The UK leads Europe for sustainable and responsible investment (SRI) according to data from Eurosif, Europe’s sustainable and responsible investment membership organisation.
Eurosif’s eighth biennial study of the state of European sustainable and responsible investment suggests more investors are considering ESG factors when taking investment decisions across Europe, but this practice is particularly well developed in the UK. One example is the use of ESG integration, the policy of actively considering the impact of ESG factors in investment decisions, with the UK showing a 76 per cent growth, compared to 60 per cent in Europe overall between study periods of 2015 to 2017.
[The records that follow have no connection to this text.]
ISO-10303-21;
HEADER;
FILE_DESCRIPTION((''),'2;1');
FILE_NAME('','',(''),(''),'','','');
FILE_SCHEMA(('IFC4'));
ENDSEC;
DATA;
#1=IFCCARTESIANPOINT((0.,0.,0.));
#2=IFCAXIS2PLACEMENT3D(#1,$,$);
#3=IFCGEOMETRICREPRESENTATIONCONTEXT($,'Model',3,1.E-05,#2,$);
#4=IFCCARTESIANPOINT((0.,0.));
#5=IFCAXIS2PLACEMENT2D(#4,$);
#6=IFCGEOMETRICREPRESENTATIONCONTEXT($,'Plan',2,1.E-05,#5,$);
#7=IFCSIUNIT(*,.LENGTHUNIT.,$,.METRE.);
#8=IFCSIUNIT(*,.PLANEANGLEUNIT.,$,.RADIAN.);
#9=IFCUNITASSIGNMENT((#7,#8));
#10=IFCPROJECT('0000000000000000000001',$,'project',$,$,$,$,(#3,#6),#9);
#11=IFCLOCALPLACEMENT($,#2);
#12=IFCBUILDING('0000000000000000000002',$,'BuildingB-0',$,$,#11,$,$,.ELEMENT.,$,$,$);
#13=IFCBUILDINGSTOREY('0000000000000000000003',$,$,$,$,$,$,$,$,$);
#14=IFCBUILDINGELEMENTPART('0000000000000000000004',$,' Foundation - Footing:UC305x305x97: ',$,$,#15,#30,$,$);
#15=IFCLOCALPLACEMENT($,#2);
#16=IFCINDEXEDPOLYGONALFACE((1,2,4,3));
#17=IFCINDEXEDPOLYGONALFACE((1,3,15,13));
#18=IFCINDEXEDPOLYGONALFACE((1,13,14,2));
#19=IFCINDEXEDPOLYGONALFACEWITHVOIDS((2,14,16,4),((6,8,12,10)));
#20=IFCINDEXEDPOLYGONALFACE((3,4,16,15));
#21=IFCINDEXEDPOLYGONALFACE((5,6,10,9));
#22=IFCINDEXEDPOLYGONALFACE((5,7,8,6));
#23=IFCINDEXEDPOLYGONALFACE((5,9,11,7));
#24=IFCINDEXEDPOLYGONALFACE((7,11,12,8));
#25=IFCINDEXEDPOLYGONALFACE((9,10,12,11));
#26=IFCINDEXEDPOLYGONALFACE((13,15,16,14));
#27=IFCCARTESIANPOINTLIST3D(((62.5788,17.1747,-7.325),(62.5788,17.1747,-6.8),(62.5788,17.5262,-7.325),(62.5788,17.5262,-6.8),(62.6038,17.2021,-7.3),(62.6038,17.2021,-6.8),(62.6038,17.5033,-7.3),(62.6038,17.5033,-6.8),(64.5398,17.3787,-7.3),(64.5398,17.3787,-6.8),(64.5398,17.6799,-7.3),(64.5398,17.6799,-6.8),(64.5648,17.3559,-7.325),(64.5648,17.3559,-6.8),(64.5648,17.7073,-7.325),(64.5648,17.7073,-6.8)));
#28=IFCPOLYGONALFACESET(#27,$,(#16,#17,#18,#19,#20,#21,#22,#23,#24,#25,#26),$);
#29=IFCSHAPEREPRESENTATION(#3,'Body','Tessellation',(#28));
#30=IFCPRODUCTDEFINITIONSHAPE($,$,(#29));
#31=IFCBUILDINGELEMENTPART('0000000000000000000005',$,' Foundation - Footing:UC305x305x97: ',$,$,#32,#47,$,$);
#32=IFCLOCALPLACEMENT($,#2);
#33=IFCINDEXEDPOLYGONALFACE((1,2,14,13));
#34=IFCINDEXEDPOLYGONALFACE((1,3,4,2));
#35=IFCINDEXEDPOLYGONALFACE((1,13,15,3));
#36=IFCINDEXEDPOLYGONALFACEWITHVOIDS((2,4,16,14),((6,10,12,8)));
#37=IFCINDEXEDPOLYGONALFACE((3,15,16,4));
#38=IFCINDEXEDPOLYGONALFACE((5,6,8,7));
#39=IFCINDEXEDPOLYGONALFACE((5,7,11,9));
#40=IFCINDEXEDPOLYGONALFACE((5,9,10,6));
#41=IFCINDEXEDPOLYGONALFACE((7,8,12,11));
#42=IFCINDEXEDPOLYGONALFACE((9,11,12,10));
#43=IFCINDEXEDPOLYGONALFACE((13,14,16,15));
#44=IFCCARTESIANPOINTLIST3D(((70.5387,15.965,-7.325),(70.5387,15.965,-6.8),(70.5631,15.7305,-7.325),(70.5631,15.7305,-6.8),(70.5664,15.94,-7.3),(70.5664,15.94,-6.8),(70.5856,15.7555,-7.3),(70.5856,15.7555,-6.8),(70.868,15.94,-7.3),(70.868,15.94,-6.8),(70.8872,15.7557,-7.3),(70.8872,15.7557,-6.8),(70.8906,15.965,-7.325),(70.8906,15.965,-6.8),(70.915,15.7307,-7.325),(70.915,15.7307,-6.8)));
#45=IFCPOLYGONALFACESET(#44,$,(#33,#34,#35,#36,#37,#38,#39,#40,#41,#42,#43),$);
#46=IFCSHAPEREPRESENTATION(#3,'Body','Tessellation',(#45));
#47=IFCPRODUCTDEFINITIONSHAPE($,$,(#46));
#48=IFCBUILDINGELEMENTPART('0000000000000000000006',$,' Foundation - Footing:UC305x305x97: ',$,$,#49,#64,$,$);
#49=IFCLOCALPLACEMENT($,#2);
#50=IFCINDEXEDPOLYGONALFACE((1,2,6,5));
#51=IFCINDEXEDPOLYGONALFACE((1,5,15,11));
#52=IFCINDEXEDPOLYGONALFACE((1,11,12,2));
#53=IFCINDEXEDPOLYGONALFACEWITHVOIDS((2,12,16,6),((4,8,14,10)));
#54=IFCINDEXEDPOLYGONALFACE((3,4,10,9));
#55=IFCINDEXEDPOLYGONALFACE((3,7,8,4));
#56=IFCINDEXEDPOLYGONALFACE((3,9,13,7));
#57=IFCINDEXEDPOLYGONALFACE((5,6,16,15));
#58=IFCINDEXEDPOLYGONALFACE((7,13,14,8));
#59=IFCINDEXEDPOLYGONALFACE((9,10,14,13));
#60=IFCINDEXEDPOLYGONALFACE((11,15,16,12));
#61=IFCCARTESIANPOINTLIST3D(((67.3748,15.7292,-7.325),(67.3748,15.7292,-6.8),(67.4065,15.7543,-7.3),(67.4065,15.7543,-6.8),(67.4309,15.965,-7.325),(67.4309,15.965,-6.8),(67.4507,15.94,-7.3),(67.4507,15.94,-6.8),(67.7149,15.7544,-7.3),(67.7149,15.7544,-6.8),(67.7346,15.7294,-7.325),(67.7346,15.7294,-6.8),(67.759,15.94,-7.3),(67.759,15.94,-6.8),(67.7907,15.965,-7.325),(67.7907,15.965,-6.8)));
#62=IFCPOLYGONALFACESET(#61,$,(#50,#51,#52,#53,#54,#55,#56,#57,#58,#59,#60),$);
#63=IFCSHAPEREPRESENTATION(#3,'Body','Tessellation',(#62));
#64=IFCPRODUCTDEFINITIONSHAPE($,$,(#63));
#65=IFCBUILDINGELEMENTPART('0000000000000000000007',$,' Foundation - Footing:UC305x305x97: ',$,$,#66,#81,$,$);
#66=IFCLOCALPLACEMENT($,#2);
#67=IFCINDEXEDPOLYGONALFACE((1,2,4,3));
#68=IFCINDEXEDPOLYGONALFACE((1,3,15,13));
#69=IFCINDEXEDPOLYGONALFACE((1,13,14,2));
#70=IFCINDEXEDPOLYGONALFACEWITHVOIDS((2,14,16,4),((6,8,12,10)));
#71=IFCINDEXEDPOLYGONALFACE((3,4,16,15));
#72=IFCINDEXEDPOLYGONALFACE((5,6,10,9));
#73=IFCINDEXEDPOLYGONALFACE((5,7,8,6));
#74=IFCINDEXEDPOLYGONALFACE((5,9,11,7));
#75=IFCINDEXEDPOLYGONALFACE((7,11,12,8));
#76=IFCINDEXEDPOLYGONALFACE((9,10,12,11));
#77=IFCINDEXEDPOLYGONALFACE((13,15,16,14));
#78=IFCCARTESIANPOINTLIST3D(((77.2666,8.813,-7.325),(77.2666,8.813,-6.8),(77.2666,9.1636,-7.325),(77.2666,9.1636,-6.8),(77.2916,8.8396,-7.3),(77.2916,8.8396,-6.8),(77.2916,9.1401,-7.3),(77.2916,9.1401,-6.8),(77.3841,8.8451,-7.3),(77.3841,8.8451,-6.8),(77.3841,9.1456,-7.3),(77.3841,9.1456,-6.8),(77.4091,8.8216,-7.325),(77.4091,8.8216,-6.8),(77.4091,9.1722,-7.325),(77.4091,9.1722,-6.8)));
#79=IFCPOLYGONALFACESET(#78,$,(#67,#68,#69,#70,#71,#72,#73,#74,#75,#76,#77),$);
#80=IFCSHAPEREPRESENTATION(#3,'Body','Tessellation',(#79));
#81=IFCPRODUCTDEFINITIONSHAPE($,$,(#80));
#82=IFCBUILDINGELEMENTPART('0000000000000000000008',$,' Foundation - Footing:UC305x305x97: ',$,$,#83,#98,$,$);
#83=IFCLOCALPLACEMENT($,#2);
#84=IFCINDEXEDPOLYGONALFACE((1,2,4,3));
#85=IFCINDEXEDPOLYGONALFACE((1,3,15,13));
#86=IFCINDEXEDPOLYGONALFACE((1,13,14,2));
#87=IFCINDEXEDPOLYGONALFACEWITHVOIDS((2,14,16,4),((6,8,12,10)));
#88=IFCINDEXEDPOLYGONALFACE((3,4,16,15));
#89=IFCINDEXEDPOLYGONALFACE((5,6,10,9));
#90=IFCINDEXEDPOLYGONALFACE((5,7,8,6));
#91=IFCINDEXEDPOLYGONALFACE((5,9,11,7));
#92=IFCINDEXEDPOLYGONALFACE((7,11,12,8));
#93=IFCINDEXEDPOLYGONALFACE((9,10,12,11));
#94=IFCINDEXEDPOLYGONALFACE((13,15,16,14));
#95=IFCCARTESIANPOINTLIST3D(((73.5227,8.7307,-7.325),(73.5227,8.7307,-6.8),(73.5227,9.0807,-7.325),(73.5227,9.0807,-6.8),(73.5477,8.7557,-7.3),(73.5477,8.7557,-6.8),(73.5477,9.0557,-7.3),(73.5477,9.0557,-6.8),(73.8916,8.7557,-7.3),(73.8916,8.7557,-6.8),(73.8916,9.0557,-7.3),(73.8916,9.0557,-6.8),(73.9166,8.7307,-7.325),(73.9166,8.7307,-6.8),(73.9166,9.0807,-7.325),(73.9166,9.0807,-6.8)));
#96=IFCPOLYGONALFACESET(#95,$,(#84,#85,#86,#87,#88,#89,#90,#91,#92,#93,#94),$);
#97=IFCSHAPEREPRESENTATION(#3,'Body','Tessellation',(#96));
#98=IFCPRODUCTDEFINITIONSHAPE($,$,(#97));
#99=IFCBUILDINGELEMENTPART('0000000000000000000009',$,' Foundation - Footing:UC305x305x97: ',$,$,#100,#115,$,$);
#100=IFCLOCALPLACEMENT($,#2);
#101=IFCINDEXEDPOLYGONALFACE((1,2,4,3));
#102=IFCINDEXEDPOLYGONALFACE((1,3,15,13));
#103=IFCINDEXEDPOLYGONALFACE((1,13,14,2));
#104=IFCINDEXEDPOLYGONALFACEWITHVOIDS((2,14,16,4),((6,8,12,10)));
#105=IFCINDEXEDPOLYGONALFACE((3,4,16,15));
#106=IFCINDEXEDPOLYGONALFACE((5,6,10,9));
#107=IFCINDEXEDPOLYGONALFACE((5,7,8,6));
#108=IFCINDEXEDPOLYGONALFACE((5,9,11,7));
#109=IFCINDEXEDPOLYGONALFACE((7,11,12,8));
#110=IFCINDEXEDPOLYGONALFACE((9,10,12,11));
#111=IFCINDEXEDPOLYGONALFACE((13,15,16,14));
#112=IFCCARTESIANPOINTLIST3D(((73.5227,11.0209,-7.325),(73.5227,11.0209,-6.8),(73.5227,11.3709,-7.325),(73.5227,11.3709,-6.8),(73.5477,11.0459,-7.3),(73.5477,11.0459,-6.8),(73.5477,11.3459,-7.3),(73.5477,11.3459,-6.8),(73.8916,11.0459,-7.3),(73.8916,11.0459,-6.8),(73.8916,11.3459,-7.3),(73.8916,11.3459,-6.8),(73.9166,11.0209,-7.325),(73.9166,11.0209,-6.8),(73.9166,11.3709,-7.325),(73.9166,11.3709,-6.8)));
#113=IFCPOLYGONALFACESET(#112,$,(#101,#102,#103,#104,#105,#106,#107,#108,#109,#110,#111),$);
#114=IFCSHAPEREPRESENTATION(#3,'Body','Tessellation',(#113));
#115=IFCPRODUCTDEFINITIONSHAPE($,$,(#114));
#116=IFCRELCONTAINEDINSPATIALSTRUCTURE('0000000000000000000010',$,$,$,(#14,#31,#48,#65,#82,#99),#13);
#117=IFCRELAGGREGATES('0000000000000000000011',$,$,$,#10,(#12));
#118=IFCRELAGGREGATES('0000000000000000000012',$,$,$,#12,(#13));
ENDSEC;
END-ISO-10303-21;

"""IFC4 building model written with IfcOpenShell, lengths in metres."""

from ifc_helpers import new_model, si_unit, origin, origin_2d, place, context, project, spatial, polyline, outline, extrude, element, save


model = new_model("IFC4")

# Units and contexts
model_context = context("Model", 3, precision=1e-05, world=origin())
plan_context = context("Plan", 2, precision=1e-05, world=origin_2d())
ifc_project = project(units=[si_unit("LENGTHUNIT", "METRE"), si_unit("PLANEANGLEUNIT", "RADIAN")], contexts=[model_context, plan_context])

# Building, storey
building_placement = place(None, origin())
building = spatial("IfcBuilding", under=ifc_project, at=building_placement, Name="BuildingB-0", CompositionType="ELEMENT")
storey = spatial("IfcBuildingStorey", under=building)

# Building element parts, openings
building_element_part_1 = element("IfcBuildingElementPart", 1, inside=storey, Name=" Foundation - Footing:UC305x305x97: ", context=model_context, shape_type="SweptSolid", body=[
    extrude(outline(polyline([(64.5648, 17.3559, -7.325), (64.5648, 17.7073, -7.325), (62.5788, 17.5262, -7.325), (62.5788, 17.1747, -7.325), (64.5648, 17.3559, -7.325)])), None, (0.0, 0.0, 1.0), 0.525),
])
element("IfcOpeningElement", 2, inside=storey, cuts=building_element_part_1, context=model_context, shape_type="SweptSolid", body=[
    extrude(outline(polyline([(64.5398, 17.3787, -7.3), (64.5398, 17.6799, -7.3), (62.6038, 17.5033, -7.3), (62.6038, 17.2021, -7.3), (64.5398, 17.3787, -7.3)])), None, (0.0, 0.0, 1.0), 0.5),
])
building_element_part_2 = element("IfcBuildingElementPart", 3, inside=storey, Name=" Foundation - Footing:UC305x305x97: ", context=model_context, shape_type="SweptSolid", body=[
    extrude(outline(polyline([(70.915, 15.7307, -7.325), (70.8906, 15.965, -7.325), (70.5387, 15.965, -7.325), (70.5631, 15.7305, -7.325), (70.915, 15.7307, -7.325)])), None, (0.0, 0.0, 1.0), 0.525),
])
element("IfcOpeningElement", 4, inside=storey, cuts=building_element_part_2, context=model_context, shape_type="SweptSolid", body=[
    extrude(outline(polyline([(70.8872, 15.7557, -7.3), (70.868, 15.94, -7.3), (70.5664, 15.94, -7.3), (70.5856, 15.7555, -7.3), (70.8872, 15.7557, -7.3)])), None, (0.0, 0.0, 1.0), 0.5),
])
building_element_part_3 = element("IfcBuildingElementPart", 5, inside=storey, Name=" Foundation - Footing:UC305x305x97: ", context=model_context, shape_type="SweptSolid", body=[
    extrude(outline(polyline([(67.7346, 15.7294, -7.325), (67.7907, 15.965, -7.325), (67.4309, 15.965, -7.325), (67.3748, 15.7292, -7.325), (67.7346, 15.7294, -7.325)])), None, (0.0, 0.0, 1.0), 0.525),
])
element("IfcOpeningElement", 6, inside=storey, cuts=building_element_part_3, context=model_context, shape_type="SweptSolid", body=[
    extrude(outline(polyline([(67.7149, 15.7544, -7.3), (67.759, 15.94, -7.3), (67.4507, 15.94, -7.3), (67.4065, 15.7543, -7.3), (67.7149, 15.7544, -7.3)])), None, (0.0, 0.0, 1.0), 0.5),
])
building_element_part_4 = element("IfcBuildingElementPart", 7, inside=storey, Name=" Foundation - Footing:UC305x305x97: ", context=model_context, shape_type="SweptSolid", body=[
    extrude(outline(polyline([(77.4091, 8.8216, -7.325), (77.2666, 8.813, -7.325), (77.2666, 9.1636, -7.325), (77.4091, 9.1722, -7.325), (77.4091, 8.8216, -7.325)])), None, (0.0, 0.0, 1.0), 0.525),
])
element("IfcOpeningElement", 8, inside=storey, cuts=building_element_part_4, context=model_context, shape_type="SweptSolid", body=[
    extrude(outline(polyline([(77.3841, 8.8451, -7.3), (77.2916, 8.8396, -7.3), (77.2916, 9.1401, -7.3), (77.3841, 9.1456, -7.3), (77.3841, 8.8451, -7.3)])), None, (0.0, 0.0, 1.0), 0.5),
])
building_element_part_5 = element("IfcBuildingElementPart", 9, inside=storey, Name=" Foundation - Footing:UC305x305x97: ", context=model_context, shape_type="SweptSolid", body=[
Another example is the €2.84tr of UK managed assets are voted at annual general meetings on sustainability grounds. This is the largest sum practising a single strategy in any single country in the study. From an already high base in 2015, the practice grew in the UK by 11 per cent to 2017.
Simon Howard, CEO of the UK Sustainable Investment and Finance Association said: "The study confirms the irresistible logic of sustainable investment: that money should be managed considering risks such as climate change, and exploiting positive trends such as recycling.”
The news comes as the UK’s Government and regulators step up efforts to manage ESG risks and promote sustainable finance. Earlier this month UK Government changed pension regulations to require schemes to consider ESG factors. The UK’s Prudential Regulation Authority is consulting on requiring banks and insurers to identify a senior executive to take charge of managing climate change risks, and the Financial Conduct Authority is consulting on measures to boost green finance products and improve the management of climate-related financial risks.